I've looked on the Vicarious website and can't find anything that fills the bill there (there probably is but I'm too stupid to find it), there's also the Municipals listing on here but I'd prefer to have a guide so we can use it on the move or in case we don't have interweb access.

Any advice gratefully accepted and if possible links?

Thanks

MrWez


----------



## Zebedee (Oct 3, 2007)

I've got one.

Make me an offer I can't refuse! :lol: :lol: :lol: 

Dave :wink:


----------



## tonyt (May 25, 2005)

I reckon the CC Europe 1 is pretty good for Municipals.


----------



## stelynn (Sep 25, 2007)

This might be what you're looking for.

http://www.camping-municipal.org

Happy New Year

Steve


----------



## Telbell (May 1, 2005)

And if you want as hard copy go for

http://www.amazon.co.uk/gp/product/images/2358390100/ref=dp_image_0?ie=UTF8&n=266239&s=books

Highly recommended- has all the Municipals in


----------



## Zebedee (Oct 3, 2007)

stelynn said:


> This might be what you're looking for.
> http://www.camping-municipal.org


Hi Steve

Fine if you have internet access, but the OP is looking for something to use offline. :wink:

I was going to ask what format he wanted the file to be, but I think I'll just upload it as a .csv and he (and anyone else) can do the conversion.

Dave 



stelynn said:


> Happy New Year. Steve


You too! :wink:


----------



## cabby (May 14, 2005)

I think he wants a downloadable copy he can use on his comp.maybe to map a route, like me.

cabby


----------



## Zebedee (Oct 3, 2007)

cabby said:


> I think he wants a downloadable copy he can use on his comp.maybe to map a route, like me.
> cabby


You both want the AutoRoute .axe file then Cabby. :wink:

Just go to Data > > Import Data Wizard and install the .csv file. Each location will then appear as a pushpin on the map, and you can map your route knowing where all the Aires, Municipals, Camperstops etc., are situated.

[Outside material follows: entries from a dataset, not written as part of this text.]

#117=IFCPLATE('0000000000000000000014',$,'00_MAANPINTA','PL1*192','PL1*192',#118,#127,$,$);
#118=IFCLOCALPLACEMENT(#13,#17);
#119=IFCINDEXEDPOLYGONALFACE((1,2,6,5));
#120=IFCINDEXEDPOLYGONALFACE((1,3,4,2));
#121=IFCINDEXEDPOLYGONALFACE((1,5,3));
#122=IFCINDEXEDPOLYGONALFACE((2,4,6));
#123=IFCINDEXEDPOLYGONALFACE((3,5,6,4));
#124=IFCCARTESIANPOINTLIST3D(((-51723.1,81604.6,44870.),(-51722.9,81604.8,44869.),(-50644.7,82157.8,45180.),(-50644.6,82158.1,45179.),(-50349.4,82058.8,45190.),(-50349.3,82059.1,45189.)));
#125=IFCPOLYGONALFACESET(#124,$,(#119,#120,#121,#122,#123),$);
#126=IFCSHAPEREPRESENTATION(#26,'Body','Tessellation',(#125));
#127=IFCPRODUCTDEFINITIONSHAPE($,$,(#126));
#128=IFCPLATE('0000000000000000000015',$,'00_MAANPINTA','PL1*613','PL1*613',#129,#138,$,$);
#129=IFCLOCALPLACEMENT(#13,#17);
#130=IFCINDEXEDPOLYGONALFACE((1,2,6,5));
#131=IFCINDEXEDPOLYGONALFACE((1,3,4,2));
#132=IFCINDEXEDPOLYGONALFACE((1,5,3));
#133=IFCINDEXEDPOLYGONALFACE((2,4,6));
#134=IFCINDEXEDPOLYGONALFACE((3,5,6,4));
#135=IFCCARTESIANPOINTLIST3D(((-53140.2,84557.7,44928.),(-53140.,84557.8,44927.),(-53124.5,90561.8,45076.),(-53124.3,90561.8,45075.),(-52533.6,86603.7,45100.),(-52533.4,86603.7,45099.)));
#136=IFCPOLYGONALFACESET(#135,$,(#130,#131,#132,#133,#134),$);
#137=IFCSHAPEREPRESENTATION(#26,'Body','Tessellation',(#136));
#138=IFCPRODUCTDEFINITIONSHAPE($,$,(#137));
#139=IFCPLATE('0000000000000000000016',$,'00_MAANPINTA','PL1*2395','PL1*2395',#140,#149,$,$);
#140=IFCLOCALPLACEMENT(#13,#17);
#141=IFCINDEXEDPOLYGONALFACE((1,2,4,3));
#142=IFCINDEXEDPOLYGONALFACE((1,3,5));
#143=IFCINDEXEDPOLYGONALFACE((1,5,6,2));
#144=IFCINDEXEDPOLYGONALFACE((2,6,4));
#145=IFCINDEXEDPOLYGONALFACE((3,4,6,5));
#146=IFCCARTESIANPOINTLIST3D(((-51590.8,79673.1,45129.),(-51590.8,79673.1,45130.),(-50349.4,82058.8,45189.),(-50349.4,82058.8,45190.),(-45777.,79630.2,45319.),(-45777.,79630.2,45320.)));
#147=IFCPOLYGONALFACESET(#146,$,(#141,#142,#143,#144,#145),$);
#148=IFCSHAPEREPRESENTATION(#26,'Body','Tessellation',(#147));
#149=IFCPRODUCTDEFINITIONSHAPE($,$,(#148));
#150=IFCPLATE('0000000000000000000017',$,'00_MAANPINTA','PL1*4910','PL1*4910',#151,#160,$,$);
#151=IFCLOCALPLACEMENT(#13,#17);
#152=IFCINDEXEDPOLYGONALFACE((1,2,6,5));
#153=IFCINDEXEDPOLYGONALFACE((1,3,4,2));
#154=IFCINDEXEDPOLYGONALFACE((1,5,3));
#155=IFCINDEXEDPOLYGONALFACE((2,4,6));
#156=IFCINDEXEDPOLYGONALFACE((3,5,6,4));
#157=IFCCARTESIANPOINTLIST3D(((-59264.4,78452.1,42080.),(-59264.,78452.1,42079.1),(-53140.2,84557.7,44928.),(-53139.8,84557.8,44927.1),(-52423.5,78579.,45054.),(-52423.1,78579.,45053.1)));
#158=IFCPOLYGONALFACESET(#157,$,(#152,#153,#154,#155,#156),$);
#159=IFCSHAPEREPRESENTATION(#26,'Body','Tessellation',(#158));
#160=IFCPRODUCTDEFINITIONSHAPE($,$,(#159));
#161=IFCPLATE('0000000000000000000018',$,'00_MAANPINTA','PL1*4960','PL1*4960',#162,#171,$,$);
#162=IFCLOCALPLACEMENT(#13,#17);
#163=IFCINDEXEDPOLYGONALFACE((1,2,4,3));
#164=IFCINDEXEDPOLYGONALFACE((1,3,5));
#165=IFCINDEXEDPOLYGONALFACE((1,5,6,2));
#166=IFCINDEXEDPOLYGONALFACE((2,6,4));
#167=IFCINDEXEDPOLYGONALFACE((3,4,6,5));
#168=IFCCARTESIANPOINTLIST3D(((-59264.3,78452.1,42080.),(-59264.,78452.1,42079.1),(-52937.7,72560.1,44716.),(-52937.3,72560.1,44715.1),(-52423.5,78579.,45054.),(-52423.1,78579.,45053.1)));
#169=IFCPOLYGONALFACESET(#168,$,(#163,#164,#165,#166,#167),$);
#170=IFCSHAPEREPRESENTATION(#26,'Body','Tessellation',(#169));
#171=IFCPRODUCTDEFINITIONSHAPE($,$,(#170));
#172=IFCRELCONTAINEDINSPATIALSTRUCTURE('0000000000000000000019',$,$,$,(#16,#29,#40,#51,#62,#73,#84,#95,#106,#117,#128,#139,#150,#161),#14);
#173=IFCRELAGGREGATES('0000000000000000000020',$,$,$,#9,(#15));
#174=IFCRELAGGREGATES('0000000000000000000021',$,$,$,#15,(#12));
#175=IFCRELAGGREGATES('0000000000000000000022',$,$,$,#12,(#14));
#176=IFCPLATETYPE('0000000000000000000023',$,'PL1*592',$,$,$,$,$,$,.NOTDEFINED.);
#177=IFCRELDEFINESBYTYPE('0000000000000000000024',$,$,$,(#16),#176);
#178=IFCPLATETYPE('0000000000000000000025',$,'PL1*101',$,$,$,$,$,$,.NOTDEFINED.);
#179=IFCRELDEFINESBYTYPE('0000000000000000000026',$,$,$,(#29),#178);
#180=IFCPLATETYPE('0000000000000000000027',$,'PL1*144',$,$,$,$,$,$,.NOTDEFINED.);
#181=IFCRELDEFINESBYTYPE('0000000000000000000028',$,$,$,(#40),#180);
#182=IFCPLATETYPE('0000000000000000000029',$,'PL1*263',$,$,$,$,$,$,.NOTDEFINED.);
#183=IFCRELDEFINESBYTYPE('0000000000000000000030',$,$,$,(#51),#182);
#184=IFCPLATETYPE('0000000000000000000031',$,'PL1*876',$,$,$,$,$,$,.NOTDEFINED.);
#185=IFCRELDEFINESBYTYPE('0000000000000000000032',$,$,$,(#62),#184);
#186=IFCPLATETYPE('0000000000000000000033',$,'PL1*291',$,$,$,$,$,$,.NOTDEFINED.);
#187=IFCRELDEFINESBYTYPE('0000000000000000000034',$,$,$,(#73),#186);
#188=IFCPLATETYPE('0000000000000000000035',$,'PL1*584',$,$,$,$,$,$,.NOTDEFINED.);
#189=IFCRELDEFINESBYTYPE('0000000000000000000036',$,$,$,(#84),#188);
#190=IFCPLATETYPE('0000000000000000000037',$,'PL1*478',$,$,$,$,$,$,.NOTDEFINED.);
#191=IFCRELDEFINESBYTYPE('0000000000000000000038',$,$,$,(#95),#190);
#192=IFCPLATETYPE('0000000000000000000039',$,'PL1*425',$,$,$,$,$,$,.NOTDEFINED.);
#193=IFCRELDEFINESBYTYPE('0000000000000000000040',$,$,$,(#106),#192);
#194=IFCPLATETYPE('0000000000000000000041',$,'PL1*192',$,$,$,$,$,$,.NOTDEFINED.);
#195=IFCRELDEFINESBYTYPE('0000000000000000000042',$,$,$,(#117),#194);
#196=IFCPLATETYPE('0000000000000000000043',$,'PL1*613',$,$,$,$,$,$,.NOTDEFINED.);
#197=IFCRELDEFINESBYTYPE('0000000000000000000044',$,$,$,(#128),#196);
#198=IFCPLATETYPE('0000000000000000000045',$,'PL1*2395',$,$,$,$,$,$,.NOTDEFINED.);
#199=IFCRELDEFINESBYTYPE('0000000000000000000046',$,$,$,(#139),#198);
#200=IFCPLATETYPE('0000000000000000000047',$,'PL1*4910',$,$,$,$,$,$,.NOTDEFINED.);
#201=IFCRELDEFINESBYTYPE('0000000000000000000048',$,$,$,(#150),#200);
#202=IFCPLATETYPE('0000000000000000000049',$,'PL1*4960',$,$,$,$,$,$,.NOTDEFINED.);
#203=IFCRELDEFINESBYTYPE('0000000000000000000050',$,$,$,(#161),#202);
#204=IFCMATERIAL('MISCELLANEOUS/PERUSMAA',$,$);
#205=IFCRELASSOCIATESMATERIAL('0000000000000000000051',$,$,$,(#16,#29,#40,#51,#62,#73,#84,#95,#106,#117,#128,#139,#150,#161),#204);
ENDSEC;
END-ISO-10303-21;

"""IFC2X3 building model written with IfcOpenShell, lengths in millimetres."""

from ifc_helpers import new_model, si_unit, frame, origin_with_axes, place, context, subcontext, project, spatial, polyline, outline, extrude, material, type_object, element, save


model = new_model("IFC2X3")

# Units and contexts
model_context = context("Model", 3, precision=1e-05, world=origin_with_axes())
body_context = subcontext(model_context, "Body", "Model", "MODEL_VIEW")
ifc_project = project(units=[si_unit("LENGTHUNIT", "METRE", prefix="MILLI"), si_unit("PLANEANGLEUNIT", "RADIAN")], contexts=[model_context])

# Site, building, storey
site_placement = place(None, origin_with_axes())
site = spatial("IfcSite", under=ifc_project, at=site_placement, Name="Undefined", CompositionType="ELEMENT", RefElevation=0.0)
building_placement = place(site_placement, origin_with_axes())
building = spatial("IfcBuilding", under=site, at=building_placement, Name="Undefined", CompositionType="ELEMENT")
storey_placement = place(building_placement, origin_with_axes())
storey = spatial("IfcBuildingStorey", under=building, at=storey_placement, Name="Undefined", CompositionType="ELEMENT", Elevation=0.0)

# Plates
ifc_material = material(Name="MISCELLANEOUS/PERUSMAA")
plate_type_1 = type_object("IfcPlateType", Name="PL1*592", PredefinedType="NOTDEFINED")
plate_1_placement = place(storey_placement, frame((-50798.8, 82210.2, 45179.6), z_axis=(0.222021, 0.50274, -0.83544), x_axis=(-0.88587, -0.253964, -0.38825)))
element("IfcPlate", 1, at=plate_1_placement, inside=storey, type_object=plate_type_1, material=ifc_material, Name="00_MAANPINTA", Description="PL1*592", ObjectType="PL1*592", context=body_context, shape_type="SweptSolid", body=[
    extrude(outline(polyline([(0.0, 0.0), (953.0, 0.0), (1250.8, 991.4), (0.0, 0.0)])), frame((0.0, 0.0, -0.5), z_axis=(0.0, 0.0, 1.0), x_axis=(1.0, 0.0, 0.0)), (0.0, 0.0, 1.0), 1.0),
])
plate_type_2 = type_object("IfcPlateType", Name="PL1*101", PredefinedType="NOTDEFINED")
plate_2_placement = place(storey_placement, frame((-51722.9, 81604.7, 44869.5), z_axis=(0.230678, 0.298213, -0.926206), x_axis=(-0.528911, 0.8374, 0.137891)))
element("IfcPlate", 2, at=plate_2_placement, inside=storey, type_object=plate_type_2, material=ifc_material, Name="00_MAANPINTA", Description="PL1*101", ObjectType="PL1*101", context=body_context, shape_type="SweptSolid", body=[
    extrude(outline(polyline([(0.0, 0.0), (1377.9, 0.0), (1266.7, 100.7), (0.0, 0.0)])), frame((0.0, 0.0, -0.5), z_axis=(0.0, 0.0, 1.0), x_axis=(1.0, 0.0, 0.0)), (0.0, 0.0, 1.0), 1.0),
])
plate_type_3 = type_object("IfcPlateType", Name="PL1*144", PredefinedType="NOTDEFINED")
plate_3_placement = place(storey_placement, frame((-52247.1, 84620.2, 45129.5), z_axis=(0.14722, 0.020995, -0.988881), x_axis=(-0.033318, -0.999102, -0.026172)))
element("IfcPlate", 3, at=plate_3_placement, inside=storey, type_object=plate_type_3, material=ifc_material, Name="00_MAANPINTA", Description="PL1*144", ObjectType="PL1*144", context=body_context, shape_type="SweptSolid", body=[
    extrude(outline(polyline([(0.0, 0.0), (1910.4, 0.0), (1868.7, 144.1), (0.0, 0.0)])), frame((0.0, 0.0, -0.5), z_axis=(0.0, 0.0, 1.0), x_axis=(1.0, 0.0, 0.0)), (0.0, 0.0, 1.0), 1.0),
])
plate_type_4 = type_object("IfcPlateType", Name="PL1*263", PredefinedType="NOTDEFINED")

When you save, it will become a dedicated Autoroute file with a .axe tag.










Dave


----------



## cabby (May 14, 2005)

will that work on 2007 edition of AR.

cabby


----------



## Zebedee (Oct 3, 2007)

cabby said:


> will that work on 2007 edition of AR.
> cabby


I'm sure it will Cabby, but I can't remember that far back so my instructions may be imprecise.

Try installing the .csv file. It will either work or it won't. :roll:

Dave


----------



## Telbell (May 1, 2005)

> I think he wants a downloadable copy he can use on his comp.maybe to map a route, like me.
> 
> cabby


No doubt Mr Wez will tell us in due course cabby, but as he said "similar to "all the aires" and "all the aires" is a book my link shows a book :wink:


----------



## The-Cookies (Nov 28, 2010)

thanks Zebedee just downloaded autoroute 2010 and stuck that on works great ,

john


----------



## cabby (May 14, 2005)

oh dear, obviously not my day. :roll: :roll: could not see the download as the page was bigger than my screen to start with and now have spent the last 20mins trying to get Auto route 2007 to accept it :wink: :wink: but failing completely. 8O 8O 
so I am sitting here saying B**ger.

cabby


----------



## Zebedee (Oct 3, 2007)

Hi Cabby

You are doing something daft . . . in the nicest possible way of course! :lol: :lol: 

Like a lot of things, it's simple when you have done it couple of times.

I have to go now but will help you tomorrow, if no other kind soul is around before then. :wink: 

Dave


----------



## jiwawa (Jun 22, 2007)

I'm using AR 2010 and this is what you do for that version:

In Autoroute > Data > Import data wizard > navigate to the folder where the csv file was downloaded to > in the 'Files of type' dropdown at the bottom, select Text files (...*csv...) > Select the municipals_620.csv file > Open.

Choose Comma as the separator > Next > Tick the First row contains column headings > Finish.

Right-clicking on a pushpin will show the GPS.

Hope that works for you!


----------



## cabby (May 14, 2005)

yes it is the same for AR 2007, but it keeps telling me that the file has a bad format. have deleted it and done another download, still the same.
Oh stupid me. yes have done it. I shall hang my head in shame    its called "save". :lol: :lol: :lol: 

cabby


----------



## Zebedee (Oct 3, 2007)

cabby said:


> Oh stupid me. yes have done it. I shall hang my head in shame    its called "save". :lol: :lol: :lol:
> cabby


Glad you got it sorted Cabby.

Knew you were doing something daft . . . 'cos I doubt if you could find a mistake that somebody hasn't made already. I can certainly own up to a few! :roll: :lol: :lol:

The "Help" tab in Autoroute is not brilliant, but it is useful for some problems, so worth a look. _(In fact it's rubbish considering it's a Microsoft program - but handy *if *it has the answer to your specific question. :roll: )_

Dave


----------



## MrWez (Sep 25, 2011)

Thanks duly given for your help.

Indeed what I want is a hard old-fashioned book for planning on the hoof BUT, the download and the link to the website will prove extremely helpful for advanced planning purpose so thanks for that too!

I'm sat eating home-made tarte-tatin feeling very nostalgic for La Belle France!

MrWez


----------